The full text of the Resolutions to be proposed at the Extraordinary General Meeting is set out in the Notice of EGM at the end of this document. Resolutions 1, 2, 3 and 4 will be proposed as special resolutions and the passing of such Resolutions will require a 75 per cent. majority of the votes cast in person or by proxy and Resolutions 5 and 6 will be proposed as ordinary resolutions and the passing of such Resolutions will require a simple majority of the votes cast in person or by proxy.

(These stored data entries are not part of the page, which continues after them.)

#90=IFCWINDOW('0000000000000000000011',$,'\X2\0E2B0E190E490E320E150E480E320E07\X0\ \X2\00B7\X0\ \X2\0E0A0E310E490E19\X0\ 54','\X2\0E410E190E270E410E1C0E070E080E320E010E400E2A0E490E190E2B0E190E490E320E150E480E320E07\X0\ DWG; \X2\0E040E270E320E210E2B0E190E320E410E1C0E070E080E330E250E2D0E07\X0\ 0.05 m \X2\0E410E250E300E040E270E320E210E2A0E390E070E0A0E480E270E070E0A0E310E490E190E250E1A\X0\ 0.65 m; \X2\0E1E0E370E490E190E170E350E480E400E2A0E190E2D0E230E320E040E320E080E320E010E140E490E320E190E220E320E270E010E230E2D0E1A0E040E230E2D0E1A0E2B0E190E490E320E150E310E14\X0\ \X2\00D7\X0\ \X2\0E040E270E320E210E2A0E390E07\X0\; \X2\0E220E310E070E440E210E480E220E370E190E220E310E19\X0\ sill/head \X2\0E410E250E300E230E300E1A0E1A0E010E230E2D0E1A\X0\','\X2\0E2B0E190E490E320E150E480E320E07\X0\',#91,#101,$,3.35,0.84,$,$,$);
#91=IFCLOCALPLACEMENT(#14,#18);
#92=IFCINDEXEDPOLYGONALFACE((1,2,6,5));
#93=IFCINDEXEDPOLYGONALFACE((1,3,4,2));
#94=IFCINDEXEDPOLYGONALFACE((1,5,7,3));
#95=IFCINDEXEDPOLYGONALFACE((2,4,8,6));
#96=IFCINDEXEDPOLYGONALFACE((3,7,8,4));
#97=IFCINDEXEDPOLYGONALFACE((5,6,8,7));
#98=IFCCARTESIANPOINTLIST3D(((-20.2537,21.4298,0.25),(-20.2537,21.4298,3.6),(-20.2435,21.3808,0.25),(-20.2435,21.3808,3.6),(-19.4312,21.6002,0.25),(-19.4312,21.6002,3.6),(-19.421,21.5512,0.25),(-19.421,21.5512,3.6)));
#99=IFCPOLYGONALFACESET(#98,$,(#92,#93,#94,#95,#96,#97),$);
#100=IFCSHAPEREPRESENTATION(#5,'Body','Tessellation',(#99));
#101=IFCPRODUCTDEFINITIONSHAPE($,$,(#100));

The Cancellation Resolution and the Liquidation Resolutions are inter-conditional, meaning that each of them will only take effect, and the Cancellation and Liquidation will only be implemented, if they are each approved by the requisite majority of Shareholders' votes at the EGM. The resolution authorising the Liquidators to donate de minimis final distribution amounts to a registered charity or charities is conditional on the passing of both the Cancellation Resolution and the Liquidation Resolutions.

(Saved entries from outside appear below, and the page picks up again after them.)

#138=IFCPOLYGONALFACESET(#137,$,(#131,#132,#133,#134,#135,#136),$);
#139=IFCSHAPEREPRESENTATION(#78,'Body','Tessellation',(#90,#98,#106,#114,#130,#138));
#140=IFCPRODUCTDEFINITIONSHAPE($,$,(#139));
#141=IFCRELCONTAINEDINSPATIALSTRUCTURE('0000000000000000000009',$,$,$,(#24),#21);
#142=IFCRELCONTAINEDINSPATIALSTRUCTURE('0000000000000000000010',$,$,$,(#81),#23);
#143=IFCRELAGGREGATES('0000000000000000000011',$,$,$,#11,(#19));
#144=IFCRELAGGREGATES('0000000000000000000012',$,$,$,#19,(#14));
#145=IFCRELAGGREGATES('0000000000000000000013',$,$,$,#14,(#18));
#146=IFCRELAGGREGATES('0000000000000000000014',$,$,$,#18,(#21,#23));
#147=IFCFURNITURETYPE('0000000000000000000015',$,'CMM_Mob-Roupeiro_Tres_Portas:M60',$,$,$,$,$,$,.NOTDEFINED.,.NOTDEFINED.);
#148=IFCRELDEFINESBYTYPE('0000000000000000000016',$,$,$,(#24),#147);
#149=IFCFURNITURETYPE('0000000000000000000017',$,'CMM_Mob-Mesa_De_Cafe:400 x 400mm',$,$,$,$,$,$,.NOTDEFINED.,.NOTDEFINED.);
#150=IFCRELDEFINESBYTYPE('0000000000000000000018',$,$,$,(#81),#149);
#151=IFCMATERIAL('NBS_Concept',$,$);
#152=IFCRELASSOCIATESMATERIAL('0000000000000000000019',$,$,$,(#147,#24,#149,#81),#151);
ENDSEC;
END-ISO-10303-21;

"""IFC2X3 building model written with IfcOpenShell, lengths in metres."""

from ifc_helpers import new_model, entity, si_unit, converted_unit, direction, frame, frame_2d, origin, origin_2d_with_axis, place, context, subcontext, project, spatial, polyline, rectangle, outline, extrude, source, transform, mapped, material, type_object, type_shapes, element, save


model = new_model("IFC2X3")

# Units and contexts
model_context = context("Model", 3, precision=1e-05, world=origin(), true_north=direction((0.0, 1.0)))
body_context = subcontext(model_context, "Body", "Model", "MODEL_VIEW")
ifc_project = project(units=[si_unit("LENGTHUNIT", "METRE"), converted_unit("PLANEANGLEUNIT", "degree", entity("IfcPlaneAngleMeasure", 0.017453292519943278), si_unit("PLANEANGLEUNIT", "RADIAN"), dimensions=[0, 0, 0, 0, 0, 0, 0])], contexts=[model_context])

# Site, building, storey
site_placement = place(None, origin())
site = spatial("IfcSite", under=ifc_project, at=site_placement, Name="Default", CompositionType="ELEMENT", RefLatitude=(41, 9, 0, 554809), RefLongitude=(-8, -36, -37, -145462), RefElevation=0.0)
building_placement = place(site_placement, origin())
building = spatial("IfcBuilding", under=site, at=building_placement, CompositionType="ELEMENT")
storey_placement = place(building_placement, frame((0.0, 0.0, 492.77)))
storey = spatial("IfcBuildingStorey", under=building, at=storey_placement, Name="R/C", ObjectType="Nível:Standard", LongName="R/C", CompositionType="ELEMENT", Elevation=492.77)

A copy of the Notice of EGM is available for inspection on the Company's website, www.weisskoreaopportunityfund.com, and will be made available for inspection from the Company Secretary during normal business hours (Saturdays, Sundays and public holidays excepted) from the date of this document up to and including the date of the EGM and at the place of the EGM for at least 15 minutes before and during the EGM. The Company Secretary can be contacted at Northern Trust International Fund Administration Services (Guernsey) Limited, Trafalgar Court, Les Banques, St Peter Port, Guernsey, GY1 3QL.
Action to be taken by Shareholders
All Shareholders are encouraged to vote in favour of the Resolutions to be proposed at the EGM. Whether or not Shareholders intend to be present at the EGM, they are requested to appoint a proxy to vote on the Resolutions being proposed at the EGM and may do so:
· via the Investor Centre app or by accessing the web browser at https://uk.investorcentre.mpms.mufg.com/;
· by requesting a hard copy Form of Proxy directly from the Registrar; or
· in the case of CREST members, by utilising the CREST electronic proxy appointment service.

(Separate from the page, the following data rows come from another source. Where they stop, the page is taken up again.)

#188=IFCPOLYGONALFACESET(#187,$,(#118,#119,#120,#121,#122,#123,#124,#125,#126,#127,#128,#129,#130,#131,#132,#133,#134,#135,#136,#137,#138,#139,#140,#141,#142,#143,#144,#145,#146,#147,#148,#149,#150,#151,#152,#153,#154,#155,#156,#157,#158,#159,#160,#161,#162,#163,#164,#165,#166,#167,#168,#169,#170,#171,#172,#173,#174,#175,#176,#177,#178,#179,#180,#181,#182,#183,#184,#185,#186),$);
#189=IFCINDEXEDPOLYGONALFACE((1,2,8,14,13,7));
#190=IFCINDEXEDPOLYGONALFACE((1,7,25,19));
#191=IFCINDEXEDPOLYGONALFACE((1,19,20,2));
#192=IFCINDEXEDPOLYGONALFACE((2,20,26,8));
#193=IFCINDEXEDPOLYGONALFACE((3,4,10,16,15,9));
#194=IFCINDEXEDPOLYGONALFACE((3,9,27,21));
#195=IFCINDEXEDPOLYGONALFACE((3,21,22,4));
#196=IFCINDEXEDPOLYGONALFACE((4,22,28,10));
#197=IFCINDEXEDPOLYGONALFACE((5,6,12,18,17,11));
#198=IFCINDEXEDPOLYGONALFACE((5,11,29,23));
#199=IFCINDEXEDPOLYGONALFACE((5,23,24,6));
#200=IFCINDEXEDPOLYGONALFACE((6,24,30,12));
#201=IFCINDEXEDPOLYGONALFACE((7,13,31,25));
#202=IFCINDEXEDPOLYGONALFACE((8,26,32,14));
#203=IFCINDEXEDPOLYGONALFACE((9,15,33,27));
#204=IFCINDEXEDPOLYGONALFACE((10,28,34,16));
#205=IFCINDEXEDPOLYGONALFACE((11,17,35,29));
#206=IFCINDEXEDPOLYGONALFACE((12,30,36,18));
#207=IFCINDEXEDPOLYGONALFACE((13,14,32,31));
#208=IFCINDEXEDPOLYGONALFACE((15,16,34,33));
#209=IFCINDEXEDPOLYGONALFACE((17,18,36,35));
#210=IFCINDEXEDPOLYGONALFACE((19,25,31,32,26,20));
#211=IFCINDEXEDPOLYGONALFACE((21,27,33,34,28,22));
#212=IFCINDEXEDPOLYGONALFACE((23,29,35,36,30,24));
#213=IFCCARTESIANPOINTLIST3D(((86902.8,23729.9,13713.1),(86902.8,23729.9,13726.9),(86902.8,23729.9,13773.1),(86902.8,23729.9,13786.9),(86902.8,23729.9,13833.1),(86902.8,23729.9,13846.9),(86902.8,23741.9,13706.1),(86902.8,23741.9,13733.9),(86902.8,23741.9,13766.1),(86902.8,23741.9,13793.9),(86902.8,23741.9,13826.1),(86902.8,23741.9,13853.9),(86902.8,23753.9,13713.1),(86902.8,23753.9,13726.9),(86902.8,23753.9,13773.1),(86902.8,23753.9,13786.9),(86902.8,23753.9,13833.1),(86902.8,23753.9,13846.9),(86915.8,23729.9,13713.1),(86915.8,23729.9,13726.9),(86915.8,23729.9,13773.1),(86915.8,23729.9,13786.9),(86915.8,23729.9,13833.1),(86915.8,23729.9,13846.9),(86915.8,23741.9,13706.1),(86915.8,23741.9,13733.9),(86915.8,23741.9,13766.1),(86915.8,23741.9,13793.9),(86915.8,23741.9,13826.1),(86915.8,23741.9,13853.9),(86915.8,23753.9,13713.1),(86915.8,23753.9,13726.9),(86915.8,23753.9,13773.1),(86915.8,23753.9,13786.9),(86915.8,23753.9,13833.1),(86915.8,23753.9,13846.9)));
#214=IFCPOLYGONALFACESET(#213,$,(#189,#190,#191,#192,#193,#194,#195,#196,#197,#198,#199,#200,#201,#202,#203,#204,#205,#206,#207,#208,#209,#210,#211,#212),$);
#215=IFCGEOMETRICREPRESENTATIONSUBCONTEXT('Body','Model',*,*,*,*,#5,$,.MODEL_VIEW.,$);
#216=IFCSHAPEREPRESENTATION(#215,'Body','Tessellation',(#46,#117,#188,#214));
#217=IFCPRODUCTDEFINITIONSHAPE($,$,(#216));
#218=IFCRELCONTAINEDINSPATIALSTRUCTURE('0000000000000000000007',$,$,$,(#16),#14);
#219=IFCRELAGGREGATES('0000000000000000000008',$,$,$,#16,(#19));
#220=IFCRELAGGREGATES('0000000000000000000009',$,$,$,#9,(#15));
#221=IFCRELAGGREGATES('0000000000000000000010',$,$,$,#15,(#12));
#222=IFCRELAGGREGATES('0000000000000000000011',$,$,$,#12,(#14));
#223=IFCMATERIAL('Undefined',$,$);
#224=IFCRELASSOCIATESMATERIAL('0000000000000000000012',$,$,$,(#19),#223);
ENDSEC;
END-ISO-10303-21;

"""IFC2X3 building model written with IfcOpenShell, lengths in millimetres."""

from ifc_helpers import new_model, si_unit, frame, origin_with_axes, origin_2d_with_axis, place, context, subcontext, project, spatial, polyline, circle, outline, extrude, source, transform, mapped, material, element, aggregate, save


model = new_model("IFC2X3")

In order for a proxy appointment to be valid, Shareholders must ensure that they have recorded proxy details using one of the methods set out above in accordance with the procedures set out in the notes to the Notice of EGM at the end of this document by 10.00 a.m. on 16 December 2025. The appointment of a proxy will not preclude a Shareholder from attending and voting in person at the EGM if they wish to do so.
Recommendation
The Board considers the Proposals and the Resolutions to be in the best interests of the Company and Shareholders as a whole. Accordingly, the Board unanimously recommends Shareholders vote in favour of the Resolutions to be proposed at the EGM, as they intend to do in respect of their own beneficial holdings which, as at 27 November 2025, being the latest practicable date prior to the publication of this document, amount in aggregate to 433 Shares, representing approximately 0.01 per cent. of the Company's existing issued share capital (excluding any Shares held in treasury).
As a result of the further compulsory redemption of Shares expected to complete after close of business on 1 December 2025, the Directors will own less Shares than as stated in this paragraph 5 such that the Directors intend to vote in favour of the Resolutions to be proposed at the Extraordinary General Meeting in respect of their beneficial holdings of Shares as at the date of the Extraordinary General Meeting.